A Novel Gaussian Min-Max Theorem and its Applications
This incremental advance improves theoretical tools for high-dimensional statistics and machine learning, benefiting researchers in fields like signal processing and optimization.
The authors extended the classical Gaussian min-max and convex Gaussian min-max theorems to handle Gaussian matrices with independent but non-identically-distributed rows, and applied this to multi-source Gaussian regression and binary classification of Gaussian mixture models, achieving results like exact asymptotic error characterization.

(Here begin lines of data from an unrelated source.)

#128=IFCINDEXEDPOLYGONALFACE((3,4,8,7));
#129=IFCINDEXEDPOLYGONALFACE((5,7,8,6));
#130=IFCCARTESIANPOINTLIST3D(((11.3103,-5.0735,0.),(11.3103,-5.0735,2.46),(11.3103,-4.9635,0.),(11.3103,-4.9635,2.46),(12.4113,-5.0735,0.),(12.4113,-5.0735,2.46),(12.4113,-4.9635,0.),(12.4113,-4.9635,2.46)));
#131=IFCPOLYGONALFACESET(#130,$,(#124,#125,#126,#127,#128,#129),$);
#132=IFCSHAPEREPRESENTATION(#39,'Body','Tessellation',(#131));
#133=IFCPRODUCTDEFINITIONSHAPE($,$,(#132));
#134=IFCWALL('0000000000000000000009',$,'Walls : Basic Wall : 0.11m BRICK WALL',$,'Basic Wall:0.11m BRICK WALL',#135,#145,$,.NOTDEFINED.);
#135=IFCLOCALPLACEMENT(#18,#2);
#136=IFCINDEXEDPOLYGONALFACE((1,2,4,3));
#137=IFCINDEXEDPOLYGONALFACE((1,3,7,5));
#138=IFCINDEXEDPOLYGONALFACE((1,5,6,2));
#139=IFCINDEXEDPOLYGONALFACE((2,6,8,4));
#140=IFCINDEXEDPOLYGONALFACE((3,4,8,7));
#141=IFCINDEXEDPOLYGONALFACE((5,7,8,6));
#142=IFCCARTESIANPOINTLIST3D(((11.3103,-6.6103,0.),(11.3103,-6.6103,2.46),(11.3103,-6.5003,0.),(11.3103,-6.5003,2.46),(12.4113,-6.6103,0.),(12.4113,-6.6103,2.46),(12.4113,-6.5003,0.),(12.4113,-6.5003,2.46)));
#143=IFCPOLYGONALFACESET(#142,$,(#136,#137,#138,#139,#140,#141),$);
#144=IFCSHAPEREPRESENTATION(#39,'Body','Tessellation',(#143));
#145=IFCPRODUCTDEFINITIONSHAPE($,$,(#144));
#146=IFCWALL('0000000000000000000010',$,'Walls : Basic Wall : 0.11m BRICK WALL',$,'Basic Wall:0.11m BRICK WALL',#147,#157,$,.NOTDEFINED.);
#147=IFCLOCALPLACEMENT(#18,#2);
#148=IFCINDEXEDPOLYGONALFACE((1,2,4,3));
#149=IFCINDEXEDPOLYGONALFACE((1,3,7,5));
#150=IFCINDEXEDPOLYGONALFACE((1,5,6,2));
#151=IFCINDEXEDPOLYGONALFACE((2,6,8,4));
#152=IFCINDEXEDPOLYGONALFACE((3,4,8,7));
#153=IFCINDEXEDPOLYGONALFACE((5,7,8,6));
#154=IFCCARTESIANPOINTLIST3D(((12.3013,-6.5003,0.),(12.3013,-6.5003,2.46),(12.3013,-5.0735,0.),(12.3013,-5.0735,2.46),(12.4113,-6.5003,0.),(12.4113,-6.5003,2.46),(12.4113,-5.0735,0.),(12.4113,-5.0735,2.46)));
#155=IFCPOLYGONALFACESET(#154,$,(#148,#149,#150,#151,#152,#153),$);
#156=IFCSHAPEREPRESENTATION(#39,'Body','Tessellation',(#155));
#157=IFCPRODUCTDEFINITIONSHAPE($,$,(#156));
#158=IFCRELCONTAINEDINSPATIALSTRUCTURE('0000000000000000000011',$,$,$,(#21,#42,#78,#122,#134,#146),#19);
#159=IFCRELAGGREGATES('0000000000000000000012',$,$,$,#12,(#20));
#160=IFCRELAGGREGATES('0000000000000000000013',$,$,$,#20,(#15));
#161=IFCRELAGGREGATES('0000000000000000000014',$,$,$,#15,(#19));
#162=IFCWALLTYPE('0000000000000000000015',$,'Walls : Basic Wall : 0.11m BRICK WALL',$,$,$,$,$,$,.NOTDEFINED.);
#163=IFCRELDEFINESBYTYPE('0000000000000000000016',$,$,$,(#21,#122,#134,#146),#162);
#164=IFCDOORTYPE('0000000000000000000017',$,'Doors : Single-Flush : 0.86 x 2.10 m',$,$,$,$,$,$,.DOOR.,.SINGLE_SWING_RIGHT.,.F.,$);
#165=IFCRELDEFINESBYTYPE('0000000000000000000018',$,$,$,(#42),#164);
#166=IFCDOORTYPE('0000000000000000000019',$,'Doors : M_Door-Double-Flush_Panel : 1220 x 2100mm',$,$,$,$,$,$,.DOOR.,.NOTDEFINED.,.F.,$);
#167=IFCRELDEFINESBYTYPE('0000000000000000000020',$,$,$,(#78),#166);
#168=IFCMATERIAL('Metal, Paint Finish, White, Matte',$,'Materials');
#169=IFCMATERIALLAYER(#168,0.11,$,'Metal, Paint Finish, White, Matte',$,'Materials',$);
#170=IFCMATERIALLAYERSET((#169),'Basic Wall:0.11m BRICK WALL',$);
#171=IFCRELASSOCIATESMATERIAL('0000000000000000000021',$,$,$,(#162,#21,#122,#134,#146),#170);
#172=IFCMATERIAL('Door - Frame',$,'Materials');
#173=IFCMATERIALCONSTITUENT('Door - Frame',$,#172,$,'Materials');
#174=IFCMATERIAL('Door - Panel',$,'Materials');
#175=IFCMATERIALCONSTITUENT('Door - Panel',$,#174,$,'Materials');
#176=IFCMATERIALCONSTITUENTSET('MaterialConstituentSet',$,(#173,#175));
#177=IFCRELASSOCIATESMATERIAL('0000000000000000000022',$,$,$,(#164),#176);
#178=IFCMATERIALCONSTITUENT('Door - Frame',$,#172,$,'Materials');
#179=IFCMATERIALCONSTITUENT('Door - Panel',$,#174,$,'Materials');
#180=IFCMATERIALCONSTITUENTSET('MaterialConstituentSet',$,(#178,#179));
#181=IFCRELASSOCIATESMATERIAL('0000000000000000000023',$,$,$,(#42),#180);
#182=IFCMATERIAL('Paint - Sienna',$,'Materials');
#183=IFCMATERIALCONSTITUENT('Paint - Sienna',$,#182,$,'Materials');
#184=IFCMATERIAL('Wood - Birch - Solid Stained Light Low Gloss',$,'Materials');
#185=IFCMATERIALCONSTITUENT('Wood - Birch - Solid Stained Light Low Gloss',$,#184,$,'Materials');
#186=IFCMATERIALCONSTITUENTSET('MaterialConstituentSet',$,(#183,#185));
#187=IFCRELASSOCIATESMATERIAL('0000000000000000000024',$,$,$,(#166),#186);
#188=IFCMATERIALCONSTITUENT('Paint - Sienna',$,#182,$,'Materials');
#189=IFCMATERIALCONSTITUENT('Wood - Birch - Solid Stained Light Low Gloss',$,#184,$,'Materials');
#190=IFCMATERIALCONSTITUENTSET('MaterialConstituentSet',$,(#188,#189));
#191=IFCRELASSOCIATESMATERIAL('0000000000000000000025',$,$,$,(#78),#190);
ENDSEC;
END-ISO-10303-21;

A celebrated result by Gordon allows one to compare the min-max behavior of two Gaussian processes if certain inequality conditions are met. The consequences of this result include the Gaussian min-max (GMT) and convex Gaussian min-max (CGMT) theorems which have had far-reaching implications in high-dimensional statistics, machine learning, non-smooth optimization, and signal processing. Both theorems rely on a pair of Gaussian processes, first identified by Slepian, that satisfy Gordon's comparison inequalities. In this paper, we identify such a new pair. The resulting theorems extend the classical GMT and CGMT Theorems from the case where the underlying Gaussian matrix in the primary process has iid rows to where it has independent but non-identically-distributed ones. The new CGMT is applied to the problems of multi-source Gaussian regression, as well as to binary classification of general Gaussian mixture models.